3. Launch of CALC_ESSAI#

The command used to launch the macro is as follows:

CALC_ESSAI (INTERACTIF = “NON”,

EXPANSION = _F (CALCUL = MODEAIR,

NUME_MODE_CALCUL = (1,2,3,4,5,6,7,8,),

MESURE = MODCRA,

NUME_MODE_MESURE = (1,2,3,4,5,6,7,8,)),

IDENTIFICATION = _F (ALPHA = 0.0, EPS = 0.0,

INTE_SPEC = SPECTR19,

OBSERVABILITE = OBS,

COMMANDABILITE = COM,

BASE = MODEAIR),

RESU_IDENTIFICATION = (_F (TABLE = CO ( » EFFORTS « )),

_F (TABLE = CO ( » DEPL_PHY « )),

_F (TABLE = CO ( » DEPL_SYN « )),),

);

3.1. Meaning of keywords#

3.1.1. « EXPANSION » module#

The « EXPANSION » module allows you to launch the MACRO_EXPANS macro, which performs the modal expansion of experimental data on a numerical model. It uses the operators EXTR_MODE, PROJ_MESU_MODAL, REST_GENE_PHYS, and PROJ_CHAMP.

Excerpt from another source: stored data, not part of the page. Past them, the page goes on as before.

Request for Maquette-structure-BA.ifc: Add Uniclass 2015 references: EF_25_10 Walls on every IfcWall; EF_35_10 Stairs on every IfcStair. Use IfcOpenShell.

First a look at what the model holds.

```python
import ifcopenshell

model = ifcopenshell.open("Maquette-structure-BA.ifc")
print(model.schema)
print("classifications:", [c.Name for c in model.by_type("IfcClassification")])
for ifc_class in ("IfcDoor", "IfcRoof", "IfcStair", "IfcWall", "IfcWindow"):
    print(ifc_class, len(model.by_type(ifc_class)))
```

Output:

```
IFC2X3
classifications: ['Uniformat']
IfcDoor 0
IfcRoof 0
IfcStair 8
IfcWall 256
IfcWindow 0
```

```python
import ifcopenshell
import ifcopenshell.api.classification

model = ifcopenshell.open("Maquette-structure-BA.ifc")

# IFC2X3 requires Source and Edition and has no link from the project to the system.
system = model.create_entity("IfcClassification", Source="NBS", Edition="2015", Name="Uniclass 2015")

codes = {
    "IfcWall": ("EF_25_10", "Walls"),
    "IfcStair": ("EF_35_10", "Stairs"),
}
for ifc_class, (code, name) in codes.items():
    products = model.by_type(ifc_class)
    ifcopenshell.api.classification.add_reference(
        model, products=products, classification=system, identification=code, name=name
    )
    print(code, len(products))

model.write("Maquette-structure-BA_rev.ifc")
```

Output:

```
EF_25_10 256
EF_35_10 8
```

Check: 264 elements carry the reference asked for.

In the present test case, we extend the modes 1, 2, 3, 3, 3, 3, 3, 3, 3, 3, 3, 3, 3, 3, 3, 3, 3, 3, 3, 3, 3, 3, 3, 4, 3, 3, 3, 3, 3, 3, 3, 3, 3, 3, 3, 3, 3, 3, 3, 3, 3, 3, 3, 3 MODCRA MODEAIR

The new aster concepts RESU_NX, RESU_EX,, RESU_ET and RESU_RD are then created in the macro command. Interactively, naming can be done interactively.

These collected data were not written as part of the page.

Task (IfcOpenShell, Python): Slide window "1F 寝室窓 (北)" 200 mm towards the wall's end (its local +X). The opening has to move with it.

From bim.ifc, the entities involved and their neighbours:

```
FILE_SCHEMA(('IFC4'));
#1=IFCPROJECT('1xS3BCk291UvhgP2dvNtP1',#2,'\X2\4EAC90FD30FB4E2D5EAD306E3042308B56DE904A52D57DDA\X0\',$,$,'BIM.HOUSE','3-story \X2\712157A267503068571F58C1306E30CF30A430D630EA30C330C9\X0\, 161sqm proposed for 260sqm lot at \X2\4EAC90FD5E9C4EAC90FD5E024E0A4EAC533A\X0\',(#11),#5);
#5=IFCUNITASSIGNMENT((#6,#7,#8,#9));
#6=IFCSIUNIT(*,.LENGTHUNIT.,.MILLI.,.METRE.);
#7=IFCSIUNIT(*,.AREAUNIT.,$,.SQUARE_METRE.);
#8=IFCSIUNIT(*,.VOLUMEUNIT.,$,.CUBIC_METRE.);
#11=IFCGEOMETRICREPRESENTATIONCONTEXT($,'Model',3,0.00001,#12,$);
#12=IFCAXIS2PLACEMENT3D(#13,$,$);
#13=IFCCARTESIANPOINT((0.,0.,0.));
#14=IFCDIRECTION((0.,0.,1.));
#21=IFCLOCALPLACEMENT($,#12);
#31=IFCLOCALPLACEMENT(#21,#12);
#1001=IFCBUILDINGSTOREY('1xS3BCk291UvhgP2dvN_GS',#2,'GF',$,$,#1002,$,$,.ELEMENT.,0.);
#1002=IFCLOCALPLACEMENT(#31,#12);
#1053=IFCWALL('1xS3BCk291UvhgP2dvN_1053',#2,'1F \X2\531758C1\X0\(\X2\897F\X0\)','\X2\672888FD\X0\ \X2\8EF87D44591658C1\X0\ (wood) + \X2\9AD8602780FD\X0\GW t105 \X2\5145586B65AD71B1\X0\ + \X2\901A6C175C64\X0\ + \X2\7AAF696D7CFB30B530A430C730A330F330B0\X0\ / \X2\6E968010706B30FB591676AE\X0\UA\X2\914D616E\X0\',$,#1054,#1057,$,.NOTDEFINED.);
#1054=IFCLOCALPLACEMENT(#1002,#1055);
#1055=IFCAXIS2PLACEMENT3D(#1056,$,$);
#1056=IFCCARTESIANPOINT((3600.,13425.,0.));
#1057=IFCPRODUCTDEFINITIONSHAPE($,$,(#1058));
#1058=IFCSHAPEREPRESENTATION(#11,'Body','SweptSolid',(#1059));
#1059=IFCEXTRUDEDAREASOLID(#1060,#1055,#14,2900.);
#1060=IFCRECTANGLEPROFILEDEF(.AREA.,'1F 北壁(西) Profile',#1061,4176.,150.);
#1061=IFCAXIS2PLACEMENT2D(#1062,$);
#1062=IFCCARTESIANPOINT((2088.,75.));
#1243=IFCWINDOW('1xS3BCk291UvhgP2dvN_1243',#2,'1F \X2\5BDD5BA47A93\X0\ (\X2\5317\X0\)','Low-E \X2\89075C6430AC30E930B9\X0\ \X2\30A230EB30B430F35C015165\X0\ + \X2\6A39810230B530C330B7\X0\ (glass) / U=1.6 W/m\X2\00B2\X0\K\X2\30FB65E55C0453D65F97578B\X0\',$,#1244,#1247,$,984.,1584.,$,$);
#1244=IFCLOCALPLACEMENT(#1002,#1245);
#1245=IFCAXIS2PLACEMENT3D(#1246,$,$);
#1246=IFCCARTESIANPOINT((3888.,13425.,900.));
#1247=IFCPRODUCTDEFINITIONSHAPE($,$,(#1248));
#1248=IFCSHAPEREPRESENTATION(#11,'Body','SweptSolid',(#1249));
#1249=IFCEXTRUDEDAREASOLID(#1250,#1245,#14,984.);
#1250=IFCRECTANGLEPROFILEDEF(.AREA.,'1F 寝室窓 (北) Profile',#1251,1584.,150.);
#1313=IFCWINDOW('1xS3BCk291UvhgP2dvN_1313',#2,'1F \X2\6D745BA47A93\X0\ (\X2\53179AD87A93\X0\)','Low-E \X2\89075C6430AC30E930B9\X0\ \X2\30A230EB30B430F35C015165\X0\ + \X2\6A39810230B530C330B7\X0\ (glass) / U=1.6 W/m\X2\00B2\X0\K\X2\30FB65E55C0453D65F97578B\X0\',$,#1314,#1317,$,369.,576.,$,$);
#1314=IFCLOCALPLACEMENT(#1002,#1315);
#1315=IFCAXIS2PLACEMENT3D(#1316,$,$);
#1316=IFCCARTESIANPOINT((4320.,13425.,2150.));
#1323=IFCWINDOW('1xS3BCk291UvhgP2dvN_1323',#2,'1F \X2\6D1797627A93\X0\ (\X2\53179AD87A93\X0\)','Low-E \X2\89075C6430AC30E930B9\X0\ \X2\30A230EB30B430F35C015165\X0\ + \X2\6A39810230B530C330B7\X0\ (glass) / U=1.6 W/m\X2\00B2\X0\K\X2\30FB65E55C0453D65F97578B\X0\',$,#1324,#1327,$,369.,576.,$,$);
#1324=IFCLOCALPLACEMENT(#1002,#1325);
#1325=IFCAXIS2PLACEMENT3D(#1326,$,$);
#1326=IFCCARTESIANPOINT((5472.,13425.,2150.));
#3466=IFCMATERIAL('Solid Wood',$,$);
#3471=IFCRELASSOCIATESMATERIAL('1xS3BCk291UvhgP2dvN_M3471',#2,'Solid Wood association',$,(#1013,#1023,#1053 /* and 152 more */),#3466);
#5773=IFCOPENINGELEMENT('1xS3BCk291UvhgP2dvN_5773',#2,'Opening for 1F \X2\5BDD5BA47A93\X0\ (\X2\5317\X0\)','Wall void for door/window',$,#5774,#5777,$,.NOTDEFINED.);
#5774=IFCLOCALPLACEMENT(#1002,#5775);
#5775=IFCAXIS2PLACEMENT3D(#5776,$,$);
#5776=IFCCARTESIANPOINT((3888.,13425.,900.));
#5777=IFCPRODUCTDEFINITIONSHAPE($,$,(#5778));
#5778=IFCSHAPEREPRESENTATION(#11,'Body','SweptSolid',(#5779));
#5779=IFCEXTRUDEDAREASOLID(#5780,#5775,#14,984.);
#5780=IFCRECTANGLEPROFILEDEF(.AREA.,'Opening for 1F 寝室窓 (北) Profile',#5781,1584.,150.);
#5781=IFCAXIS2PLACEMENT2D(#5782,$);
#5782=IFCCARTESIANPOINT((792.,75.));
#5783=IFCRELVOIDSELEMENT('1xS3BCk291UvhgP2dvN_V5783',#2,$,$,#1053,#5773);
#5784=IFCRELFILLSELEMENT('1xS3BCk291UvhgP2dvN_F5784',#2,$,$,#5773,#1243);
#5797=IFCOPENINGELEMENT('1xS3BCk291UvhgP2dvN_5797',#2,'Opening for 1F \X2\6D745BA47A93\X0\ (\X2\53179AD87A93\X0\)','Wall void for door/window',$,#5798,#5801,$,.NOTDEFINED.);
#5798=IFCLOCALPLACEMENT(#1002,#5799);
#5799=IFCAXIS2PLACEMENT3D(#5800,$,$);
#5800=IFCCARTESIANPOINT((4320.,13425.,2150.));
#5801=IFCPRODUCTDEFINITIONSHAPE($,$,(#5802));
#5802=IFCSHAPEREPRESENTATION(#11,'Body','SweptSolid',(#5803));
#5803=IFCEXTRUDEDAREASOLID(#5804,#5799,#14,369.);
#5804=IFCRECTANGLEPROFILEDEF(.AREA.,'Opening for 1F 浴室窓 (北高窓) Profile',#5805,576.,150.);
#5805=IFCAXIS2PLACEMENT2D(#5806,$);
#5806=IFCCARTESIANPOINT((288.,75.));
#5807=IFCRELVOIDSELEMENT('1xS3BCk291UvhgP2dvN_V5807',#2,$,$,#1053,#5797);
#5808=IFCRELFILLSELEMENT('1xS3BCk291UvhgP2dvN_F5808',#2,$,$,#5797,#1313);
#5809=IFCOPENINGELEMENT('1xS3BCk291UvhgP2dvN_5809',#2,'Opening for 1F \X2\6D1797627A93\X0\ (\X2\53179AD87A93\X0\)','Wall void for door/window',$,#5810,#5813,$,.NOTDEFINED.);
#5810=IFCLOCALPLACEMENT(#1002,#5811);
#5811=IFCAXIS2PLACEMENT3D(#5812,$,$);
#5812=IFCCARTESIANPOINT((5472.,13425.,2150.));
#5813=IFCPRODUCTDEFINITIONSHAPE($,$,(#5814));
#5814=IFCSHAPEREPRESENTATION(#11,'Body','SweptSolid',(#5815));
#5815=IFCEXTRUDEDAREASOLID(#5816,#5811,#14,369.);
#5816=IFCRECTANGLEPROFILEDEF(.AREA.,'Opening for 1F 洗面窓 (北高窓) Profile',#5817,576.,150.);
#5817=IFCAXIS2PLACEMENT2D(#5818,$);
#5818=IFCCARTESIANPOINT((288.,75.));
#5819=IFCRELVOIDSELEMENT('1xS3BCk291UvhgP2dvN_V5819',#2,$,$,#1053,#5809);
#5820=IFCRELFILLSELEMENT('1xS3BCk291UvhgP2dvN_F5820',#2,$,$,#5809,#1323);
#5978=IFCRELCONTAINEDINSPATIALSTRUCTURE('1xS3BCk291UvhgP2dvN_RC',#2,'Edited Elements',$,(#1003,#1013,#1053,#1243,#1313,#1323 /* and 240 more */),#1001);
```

```python
import ifcopenshell
import ifcopenshell.api.geometry
import ifcopenshell.util.placement

model = ifcopenshell.open("bim.ifc")

window = model.by_guid("1xS3BCk291UvhgP2dvN_1243")
opening = window.FillsVoids[0].RelatingOpeningElement
wall = opening.VoidsElements[0].RelatingBuildingElement

wall_matrix = ifcopenshell.util.placement.get_local_placement(wall.ObjectPlacement)
shift = wall_matrix[:3, 0] * 200.0
before = ifcopenshell.util.placement.get_local_placement(window.ObjectPlacement)[:3, 3].copy()

# The window is not placed relative to its opening, so move both.
for product in (opening, window):
    matrix = ifcopenshell.util.placement.get_local_placement(product.ObjectPlacement)
    matrix[:3, 3] += shift
    ifcopenshell.api.geometry.edit_object_placement(model, product=product, matrix=matrix, is_si=False)

after = ifcopenshell.util.placement.get_local_placement(window.ObjectPlacement)[:3, 3]
print("window moved by", (after - before).round(3) + 0.0)

model.write("bim_updated.ifc")
```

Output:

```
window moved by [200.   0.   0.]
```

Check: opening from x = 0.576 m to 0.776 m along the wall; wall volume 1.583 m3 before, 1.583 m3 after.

Finally, we prepare the MACS between modes the concepts created (operator MAC_MODE) and the visualization of deformations with gmsh (operator IMPR_RESU, FORMAT =” GMSH “).

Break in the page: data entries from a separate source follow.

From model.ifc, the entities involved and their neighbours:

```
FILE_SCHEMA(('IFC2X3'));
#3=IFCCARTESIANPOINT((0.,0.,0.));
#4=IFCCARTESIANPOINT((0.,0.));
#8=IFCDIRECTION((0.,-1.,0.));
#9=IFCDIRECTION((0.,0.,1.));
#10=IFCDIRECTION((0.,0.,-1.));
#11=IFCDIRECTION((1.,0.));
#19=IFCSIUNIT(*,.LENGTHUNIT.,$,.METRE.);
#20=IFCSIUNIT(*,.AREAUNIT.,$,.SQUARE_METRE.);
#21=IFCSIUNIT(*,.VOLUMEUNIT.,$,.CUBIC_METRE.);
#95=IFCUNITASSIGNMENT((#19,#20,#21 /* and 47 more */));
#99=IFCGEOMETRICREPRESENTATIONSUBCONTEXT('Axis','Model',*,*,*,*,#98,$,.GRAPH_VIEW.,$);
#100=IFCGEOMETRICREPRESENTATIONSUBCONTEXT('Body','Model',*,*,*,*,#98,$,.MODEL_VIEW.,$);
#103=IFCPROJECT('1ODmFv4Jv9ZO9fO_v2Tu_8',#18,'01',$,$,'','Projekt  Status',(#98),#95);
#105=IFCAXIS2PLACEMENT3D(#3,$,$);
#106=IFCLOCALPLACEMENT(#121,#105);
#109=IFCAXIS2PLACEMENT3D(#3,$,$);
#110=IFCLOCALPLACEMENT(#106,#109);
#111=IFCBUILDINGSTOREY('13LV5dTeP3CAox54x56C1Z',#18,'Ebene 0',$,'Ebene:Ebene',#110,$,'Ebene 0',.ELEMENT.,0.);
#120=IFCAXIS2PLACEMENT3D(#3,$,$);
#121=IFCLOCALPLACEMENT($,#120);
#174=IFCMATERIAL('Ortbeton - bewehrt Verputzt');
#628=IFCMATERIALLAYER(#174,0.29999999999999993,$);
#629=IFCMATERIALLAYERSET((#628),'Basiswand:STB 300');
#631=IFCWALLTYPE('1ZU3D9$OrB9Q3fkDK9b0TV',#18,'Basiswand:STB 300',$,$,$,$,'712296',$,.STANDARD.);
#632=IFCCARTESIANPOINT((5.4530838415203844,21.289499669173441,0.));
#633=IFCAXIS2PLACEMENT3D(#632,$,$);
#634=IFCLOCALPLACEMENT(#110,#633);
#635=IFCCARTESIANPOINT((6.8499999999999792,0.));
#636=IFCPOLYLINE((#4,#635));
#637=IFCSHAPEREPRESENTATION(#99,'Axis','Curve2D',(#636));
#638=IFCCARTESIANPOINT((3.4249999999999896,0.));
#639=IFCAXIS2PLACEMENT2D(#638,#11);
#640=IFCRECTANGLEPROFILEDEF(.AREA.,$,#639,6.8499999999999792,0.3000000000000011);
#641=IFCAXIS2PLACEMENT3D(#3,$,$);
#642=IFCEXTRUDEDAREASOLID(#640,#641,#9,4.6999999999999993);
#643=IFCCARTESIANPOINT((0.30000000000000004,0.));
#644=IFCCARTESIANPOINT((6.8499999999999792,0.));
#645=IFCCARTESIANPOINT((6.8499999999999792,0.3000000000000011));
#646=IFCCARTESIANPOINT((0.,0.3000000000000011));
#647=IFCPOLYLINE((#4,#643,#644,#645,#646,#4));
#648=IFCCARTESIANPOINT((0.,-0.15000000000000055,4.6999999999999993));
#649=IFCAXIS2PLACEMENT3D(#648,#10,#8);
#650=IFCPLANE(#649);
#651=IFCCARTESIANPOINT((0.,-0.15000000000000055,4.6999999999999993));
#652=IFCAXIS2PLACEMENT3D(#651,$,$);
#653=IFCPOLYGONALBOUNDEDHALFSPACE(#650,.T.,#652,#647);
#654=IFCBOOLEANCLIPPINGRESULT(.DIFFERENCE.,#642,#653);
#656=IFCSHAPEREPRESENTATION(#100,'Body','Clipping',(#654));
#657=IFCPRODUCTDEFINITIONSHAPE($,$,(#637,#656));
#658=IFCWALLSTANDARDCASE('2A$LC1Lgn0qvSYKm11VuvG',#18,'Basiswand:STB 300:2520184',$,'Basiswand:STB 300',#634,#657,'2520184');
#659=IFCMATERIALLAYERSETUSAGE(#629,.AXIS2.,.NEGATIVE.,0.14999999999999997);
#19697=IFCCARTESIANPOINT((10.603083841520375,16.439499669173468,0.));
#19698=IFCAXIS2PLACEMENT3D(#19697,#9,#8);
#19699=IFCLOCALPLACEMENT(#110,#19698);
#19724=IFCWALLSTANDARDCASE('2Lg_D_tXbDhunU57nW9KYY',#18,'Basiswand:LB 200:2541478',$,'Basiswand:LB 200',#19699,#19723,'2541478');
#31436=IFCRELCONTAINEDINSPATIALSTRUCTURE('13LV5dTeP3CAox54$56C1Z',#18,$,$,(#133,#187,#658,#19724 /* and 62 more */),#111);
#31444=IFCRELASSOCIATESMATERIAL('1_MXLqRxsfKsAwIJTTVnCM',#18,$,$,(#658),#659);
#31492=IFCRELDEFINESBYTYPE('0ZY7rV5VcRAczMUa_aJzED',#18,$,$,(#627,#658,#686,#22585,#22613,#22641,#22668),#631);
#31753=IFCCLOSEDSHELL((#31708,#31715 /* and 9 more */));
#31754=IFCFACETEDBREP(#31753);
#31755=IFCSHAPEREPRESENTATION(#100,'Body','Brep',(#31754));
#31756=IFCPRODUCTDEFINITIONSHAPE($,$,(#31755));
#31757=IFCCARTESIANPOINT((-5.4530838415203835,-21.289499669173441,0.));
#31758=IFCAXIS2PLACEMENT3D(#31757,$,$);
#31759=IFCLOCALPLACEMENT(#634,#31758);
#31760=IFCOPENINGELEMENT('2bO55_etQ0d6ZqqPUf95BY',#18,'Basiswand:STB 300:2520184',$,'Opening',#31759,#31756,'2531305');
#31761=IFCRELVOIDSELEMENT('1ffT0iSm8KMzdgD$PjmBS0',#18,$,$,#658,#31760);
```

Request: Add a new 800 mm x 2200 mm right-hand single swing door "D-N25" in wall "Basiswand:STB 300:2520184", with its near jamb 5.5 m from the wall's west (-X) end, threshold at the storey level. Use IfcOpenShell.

```python
import numpy as np
import ifcopenshell
import ifcopenshell.api.feature
import ifcopenshell.api.geometry
import ifcopenshell.api.root
import ifcopenshell.api.spatial
import ifcopenshell.api.type
import ifcopenshell.geom
import ifcopenshell.util.element
import ifcopenshell.util.placement
import ifcopenshell.util.representation
import ifcopenshell.util.shape
import ifcopenshell.util.unit

model = ifcopenshell.open("model.ifc")
unit_scale = ifcopenshell.util.unit.calculate_unit_scale(model)
settings = ifcopenshell.geom.settings()


def volume(element):
    """Net volume in cubic metres, openings subtracted."""
    shape = ifcopenshell.geom.create_shape(settings, element)
    return ifcopenshell.util.shape.get_volume(shape.geometry)


wall = model.by_id(658)
storey = ifcopenshell.util.element.get_container(wall, ifc_class="IfcBuildingStorey")
context = ifcopenshell.util.representation.get_context(model, "Model", "Body", "MODEL_VIEW")
before = volume(wall)

width, height, from_end, sill = 0.8, 2.2, 5.5, 0.0  # metres

# The wall runs along its own X axis, and the end named is its -X end.
wall_shape = ifcopenshell.geom.create_shape(settings, wall)
x, y, z = ifcopenshell.util.shape.get_vertices(wall_shape.geometry).T
start = x.min() + from_end
face, thickness = float(y.min()), float(y.max() - y.min())
wall_matrix = ifcopenshell.util.placement.get_local_placement(wall.ObjectPlacement)
level = ifcopenshell.util.placement.get_local_placement(storey.ObjectPlacement)[2, 3]


def in_wall(x, y):
    """Placement at x, y metres in the wall's axes, at sill height."""
    matrix = wall_matrix.copy()
    matrix[:, 3] = wall_matrix @ np.array([x / unit_scale, y / unit_scale, 0.0, 1.0])
    matrix[2, 3] = level + sill / unit_scale
    return matrix


# Opening: a box that overshoots both wall faces by 50 mm.
opening = ifcopenshell.api.root.create_entity(model, ifc_class="IfcOpeningElement")
box = ifcopenshell.api.geometry.add_wall_representation(
    model, context=context, length=width, height=height, thickness=thickness + 0.1
)
ifcopenshell.api.geometry.assign_representation(model, product=opening, representation=box)
ifcopenshell.api.geometry.edit_object_placement(model, product=opening, matrix=in_wall(start, face - 0.05), is_si=False)
ifcopenshell.api.feature.add_feature(model, feature=opening, element=wall)

door = ifcopenshell.api.root.create_entity(model, ifc_class="IfcDoor", name="D-N25")
door.OverallWidth, door.OverallHeight = width / unit_scale, height / unit_scale
body = ifcopenshell.api.geometry.add_door_representation(
    model,
    context=context,
    overall_width=door.OverallWidth,
    overall_height=door.OverallHeight,
    operation_type="SINGLE_SWING_RIGHT",
    lining_properties={"LiningDepth": thickness / unit_scale, "ThresholdDepth": thickness / unit_scale},
)
ifcopenshell.api.geometry.assign_representation(model, product=door, representation=body)
ifcopenshell.api.spatial.assign_container(model, products=[door], relating_structure=storey)
fills = ifcopenshell.api.feature.add_filling(model, opening=opening, element=door)
fills.OwnerHistory = door.OwnerHistory  # required in IFC2X3

# IFC2X3 keeps the operation on the door style.
style = ifcopenshell.api.root.create_entity(model, ifc_class="IfcDoorStyle", name="D-N25")
style.OperationType, style.ConstructionType = "SINGLE_SWING_RIGHT", "NOTDEFINED"
style.ParameterTakesPrecedence = style.Sizeable = False
ifcopenshell.api.type.assign_type(model, related_objects=[door], relating_type=style)

# The lining spans the wall, so the door starts at the wall face.
ifcopenshell.api.geometry.edit_object_placement(model, product=door, matrix=in_wall(start, face), is_si=False)

after = volume(wall)

print(f"wall volume {before:.3f} -> {after:.3f} m3")

model.write("model_edited.ifc")
```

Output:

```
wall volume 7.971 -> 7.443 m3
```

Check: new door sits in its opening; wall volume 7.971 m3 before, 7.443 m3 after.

3.1.2. « FLUDELA » module#

The fludela module was removed in Code_Aster version 9. It was a feature that made it possible to identify the mass, stiffness and damping coefficients added by comparing the modal bases of the identified air, water and flow structures.

NB: at the end of the command file, we show how to simulate the entry and underflow of the calculated mode base, with the operators DEFI_FLUI_STRU and CALC_FLUI_STRU (axial flow hypothesis).

3.1.3. « IDENTIFICATION » module#

The principle of the « IDENTIFICATION » tab is to identify an inter-spectrum of efforts from the data of the inter-spectrum of displacements measured on a structure.

  • cross-spectrum: keyword INTE_SPEC, we take SPEC19,

  • modal basis: keyword BASE, we take RESU_ET, obtained in the « correlation » tab,

  • observability mesh: keyword MODELE_MESURE, we take MODPROJ1,

  • controllability mesh: keyword MODELE_COMMANDE, we take MODPROJ2,

  • adjustment parameters: they are zero in the context of this test case, but are intended to be adjusted when using real measurement data (noisy).

In non-interactive mode, the output of the identification module is by default:

  • the cross-spectrum of identified efforts (called « EFFORTS »),

  • the inter-spectrum of input movements (called « DEPL_PHY »),

  • the inter-spectrum of re-synthesized movements (called « DEPL_SYNTH », compared to the previous one).

Interspectra are sd_table_function data structures. Attention: this data structure is reserved for small inter-spectra, ideally for measured data (of the order of a few dozen measurement points max). They are not suitable for large numerical data. The inter-spectral matrices are in fact square solid matrices of size \({\mathit{nb}}_{\mathit{ddl}}^{2}\).